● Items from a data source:
[Start of Attachment]
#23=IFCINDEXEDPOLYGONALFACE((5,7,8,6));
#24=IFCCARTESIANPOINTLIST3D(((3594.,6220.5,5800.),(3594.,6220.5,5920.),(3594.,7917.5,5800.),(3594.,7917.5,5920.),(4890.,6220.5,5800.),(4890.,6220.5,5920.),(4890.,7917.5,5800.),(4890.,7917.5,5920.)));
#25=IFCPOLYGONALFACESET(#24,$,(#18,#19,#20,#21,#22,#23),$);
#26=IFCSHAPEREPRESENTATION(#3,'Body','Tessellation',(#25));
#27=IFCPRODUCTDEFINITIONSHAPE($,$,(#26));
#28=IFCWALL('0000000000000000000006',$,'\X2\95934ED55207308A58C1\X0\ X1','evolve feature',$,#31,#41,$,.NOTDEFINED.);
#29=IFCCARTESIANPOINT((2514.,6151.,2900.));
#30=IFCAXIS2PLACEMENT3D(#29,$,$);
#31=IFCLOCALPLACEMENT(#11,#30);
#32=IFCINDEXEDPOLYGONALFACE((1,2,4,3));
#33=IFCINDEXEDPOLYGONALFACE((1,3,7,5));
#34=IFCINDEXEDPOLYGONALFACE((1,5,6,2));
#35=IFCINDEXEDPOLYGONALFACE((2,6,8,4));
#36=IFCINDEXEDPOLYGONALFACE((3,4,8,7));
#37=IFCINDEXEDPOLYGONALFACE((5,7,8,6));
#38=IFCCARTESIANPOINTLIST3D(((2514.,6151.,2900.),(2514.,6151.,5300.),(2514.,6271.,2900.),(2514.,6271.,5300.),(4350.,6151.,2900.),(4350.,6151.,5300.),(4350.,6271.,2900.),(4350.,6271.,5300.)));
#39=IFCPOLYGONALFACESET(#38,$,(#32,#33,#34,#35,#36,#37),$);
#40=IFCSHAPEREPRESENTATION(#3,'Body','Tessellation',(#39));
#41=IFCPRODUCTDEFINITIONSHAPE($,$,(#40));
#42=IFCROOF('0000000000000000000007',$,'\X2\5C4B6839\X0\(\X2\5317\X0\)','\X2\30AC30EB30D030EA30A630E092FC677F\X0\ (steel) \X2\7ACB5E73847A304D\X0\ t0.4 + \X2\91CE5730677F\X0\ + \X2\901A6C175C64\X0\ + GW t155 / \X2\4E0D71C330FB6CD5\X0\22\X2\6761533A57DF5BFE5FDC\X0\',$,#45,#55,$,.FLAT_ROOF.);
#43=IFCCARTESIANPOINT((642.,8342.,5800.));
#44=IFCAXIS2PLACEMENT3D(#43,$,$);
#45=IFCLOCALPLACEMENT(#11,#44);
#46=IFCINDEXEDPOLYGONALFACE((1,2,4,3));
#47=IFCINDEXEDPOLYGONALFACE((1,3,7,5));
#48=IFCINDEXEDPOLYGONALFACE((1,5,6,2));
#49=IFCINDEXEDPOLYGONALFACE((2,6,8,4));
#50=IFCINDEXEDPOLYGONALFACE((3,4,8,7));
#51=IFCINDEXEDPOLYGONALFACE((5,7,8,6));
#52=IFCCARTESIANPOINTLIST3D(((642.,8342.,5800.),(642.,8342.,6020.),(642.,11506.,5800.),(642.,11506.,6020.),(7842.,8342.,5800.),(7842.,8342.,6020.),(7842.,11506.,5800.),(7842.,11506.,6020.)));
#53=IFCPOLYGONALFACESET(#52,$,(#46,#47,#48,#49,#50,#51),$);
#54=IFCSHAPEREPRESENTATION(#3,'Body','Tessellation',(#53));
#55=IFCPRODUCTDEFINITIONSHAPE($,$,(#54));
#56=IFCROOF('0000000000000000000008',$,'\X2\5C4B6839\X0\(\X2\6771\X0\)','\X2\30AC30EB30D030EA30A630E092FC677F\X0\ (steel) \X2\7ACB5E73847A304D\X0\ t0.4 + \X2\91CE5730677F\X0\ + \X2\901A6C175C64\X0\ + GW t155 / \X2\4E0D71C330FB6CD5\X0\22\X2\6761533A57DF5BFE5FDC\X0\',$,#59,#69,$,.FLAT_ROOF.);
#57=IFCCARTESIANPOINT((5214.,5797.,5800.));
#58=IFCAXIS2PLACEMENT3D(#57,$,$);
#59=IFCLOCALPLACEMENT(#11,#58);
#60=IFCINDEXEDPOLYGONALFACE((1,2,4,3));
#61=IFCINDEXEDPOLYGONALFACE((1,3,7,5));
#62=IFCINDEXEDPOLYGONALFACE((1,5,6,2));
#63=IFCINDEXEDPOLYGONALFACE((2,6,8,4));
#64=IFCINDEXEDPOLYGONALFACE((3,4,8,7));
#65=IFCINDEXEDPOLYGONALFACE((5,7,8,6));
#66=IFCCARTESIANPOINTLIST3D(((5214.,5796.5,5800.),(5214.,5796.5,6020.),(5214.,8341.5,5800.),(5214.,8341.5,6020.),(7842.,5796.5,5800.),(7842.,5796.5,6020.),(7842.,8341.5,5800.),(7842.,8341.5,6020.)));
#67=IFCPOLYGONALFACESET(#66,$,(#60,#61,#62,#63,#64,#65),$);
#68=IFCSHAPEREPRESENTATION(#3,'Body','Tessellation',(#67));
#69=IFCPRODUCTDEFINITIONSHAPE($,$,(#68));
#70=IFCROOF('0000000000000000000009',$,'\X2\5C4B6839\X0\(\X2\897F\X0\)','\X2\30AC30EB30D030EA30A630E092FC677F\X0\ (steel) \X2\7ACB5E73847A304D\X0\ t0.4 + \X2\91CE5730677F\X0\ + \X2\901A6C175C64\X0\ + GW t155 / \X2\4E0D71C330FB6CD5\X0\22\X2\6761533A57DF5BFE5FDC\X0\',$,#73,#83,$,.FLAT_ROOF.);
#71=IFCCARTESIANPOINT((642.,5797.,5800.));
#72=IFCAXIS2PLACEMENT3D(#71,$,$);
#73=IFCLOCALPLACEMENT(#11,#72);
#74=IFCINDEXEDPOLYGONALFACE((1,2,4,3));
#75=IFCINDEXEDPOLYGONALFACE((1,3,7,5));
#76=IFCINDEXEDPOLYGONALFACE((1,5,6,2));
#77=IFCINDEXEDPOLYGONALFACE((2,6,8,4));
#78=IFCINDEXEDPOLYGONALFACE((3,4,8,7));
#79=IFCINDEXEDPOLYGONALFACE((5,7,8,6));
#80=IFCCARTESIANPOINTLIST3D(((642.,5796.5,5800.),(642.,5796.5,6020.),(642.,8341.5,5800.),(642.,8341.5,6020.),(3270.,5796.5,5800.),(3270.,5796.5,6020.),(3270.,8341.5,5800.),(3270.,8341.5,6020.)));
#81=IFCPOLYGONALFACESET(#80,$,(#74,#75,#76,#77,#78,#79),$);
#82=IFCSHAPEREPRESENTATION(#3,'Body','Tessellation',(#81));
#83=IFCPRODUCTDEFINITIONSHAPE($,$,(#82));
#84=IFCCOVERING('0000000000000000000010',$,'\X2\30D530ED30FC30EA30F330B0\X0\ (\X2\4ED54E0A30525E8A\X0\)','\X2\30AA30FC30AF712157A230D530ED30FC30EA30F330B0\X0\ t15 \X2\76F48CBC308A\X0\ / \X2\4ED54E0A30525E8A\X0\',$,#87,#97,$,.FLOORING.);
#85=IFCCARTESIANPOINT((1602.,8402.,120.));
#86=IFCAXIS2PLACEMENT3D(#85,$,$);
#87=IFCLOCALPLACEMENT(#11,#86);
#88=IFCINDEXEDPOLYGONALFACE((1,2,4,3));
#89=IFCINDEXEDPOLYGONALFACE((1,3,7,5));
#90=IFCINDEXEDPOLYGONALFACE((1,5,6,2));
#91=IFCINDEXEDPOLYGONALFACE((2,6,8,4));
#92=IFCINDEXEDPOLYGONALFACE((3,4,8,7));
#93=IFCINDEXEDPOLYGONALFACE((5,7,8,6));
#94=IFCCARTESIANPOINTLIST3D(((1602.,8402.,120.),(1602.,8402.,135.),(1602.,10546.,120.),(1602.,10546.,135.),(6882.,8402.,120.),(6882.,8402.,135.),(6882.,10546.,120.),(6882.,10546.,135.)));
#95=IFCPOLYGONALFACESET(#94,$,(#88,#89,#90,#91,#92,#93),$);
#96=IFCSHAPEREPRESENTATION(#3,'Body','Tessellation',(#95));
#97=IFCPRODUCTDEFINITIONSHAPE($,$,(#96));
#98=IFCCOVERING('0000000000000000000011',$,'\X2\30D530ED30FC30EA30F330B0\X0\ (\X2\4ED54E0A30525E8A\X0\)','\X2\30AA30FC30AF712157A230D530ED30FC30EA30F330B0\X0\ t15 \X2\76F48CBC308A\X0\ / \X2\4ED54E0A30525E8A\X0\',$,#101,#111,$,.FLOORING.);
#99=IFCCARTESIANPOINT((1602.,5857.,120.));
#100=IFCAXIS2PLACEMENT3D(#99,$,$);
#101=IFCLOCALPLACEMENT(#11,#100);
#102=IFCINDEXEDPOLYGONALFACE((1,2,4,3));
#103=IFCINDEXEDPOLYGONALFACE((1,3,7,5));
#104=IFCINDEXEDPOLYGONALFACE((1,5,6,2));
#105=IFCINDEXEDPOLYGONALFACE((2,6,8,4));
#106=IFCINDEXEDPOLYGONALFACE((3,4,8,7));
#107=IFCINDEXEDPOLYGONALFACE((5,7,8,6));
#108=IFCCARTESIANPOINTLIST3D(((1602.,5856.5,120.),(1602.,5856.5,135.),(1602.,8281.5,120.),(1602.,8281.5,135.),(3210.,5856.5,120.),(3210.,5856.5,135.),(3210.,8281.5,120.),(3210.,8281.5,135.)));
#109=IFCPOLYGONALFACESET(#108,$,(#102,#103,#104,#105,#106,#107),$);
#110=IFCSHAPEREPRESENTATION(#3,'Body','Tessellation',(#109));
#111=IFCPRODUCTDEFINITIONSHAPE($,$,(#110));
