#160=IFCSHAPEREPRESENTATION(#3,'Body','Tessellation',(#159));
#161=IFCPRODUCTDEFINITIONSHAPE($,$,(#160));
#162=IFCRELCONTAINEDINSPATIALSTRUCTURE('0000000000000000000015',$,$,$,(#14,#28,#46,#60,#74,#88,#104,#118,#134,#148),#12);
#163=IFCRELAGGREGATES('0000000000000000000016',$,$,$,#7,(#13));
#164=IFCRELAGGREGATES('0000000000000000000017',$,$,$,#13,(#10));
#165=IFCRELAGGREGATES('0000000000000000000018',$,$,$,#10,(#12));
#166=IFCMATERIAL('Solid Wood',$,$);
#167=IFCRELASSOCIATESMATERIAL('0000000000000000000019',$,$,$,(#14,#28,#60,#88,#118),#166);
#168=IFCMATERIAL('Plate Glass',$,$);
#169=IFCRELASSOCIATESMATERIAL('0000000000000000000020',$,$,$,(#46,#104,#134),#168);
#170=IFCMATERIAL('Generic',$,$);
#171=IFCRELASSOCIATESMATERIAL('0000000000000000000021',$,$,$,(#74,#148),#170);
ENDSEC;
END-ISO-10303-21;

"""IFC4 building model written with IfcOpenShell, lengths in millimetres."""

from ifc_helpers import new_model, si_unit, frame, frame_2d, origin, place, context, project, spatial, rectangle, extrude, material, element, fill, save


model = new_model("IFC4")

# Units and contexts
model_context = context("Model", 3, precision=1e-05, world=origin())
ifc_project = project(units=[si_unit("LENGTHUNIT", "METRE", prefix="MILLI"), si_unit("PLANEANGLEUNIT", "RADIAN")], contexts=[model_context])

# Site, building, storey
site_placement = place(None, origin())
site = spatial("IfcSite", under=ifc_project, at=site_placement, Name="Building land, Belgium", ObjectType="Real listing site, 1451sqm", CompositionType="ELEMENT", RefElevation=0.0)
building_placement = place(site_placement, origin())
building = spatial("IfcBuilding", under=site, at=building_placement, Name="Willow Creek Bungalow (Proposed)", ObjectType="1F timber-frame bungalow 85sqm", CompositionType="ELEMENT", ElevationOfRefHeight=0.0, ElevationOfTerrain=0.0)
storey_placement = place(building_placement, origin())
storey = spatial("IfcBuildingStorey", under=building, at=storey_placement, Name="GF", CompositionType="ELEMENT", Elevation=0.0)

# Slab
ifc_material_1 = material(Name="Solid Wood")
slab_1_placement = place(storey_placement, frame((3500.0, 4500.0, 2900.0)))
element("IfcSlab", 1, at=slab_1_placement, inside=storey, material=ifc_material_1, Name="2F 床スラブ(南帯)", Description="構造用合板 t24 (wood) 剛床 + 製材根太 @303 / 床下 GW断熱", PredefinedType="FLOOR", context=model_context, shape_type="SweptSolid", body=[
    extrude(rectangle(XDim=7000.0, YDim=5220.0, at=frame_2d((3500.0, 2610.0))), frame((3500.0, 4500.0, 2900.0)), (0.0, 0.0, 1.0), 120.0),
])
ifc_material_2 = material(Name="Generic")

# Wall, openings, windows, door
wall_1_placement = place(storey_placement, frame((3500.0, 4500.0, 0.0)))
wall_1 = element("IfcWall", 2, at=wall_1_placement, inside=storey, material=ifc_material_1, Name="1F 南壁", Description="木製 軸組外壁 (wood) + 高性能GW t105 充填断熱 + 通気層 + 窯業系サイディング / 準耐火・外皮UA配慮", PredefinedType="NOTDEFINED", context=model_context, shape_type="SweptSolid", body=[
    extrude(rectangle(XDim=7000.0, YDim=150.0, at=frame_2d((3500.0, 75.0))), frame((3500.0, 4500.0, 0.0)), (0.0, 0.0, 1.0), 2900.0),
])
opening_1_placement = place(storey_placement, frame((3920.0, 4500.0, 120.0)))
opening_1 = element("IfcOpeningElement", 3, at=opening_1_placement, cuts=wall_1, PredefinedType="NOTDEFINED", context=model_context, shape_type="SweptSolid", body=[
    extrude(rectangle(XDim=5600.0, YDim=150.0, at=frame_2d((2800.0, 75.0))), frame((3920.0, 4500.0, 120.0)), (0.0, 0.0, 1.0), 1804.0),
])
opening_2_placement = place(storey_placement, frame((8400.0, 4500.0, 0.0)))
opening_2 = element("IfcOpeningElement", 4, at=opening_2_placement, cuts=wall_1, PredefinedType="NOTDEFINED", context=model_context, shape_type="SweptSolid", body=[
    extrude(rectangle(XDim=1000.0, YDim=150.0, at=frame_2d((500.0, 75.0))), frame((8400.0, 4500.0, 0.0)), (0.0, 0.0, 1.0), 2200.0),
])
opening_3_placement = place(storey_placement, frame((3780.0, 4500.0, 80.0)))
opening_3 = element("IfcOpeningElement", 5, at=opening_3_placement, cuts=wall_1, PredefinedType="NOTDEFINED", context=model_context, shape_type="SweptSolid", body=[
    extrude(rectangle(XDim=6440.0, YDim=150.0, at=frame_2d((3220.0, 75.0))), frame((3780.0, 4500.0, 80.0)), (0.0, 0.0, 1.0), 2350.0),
[End of Attachment]
● PROBLEM:
Please copy out each line of the data in which the word "IFCRELASSOCIATESMATERIAL" occurs.

● WRITTEN RESPONSE:
#167=IFCRELASSOCIATESMATERIAL('0000000000000000000019',$,$,$,(#14,#28,#60,#88,#118),#166);
#169=IFCRELASSOCIATESMATERIAL('0000000000000000000020',$,$,$,(#46,#104,#134),#168);
#171=IFCRELASSOCIATESMATERIAL('0000000000000000000021',$,$,$,(#74,#148),#170);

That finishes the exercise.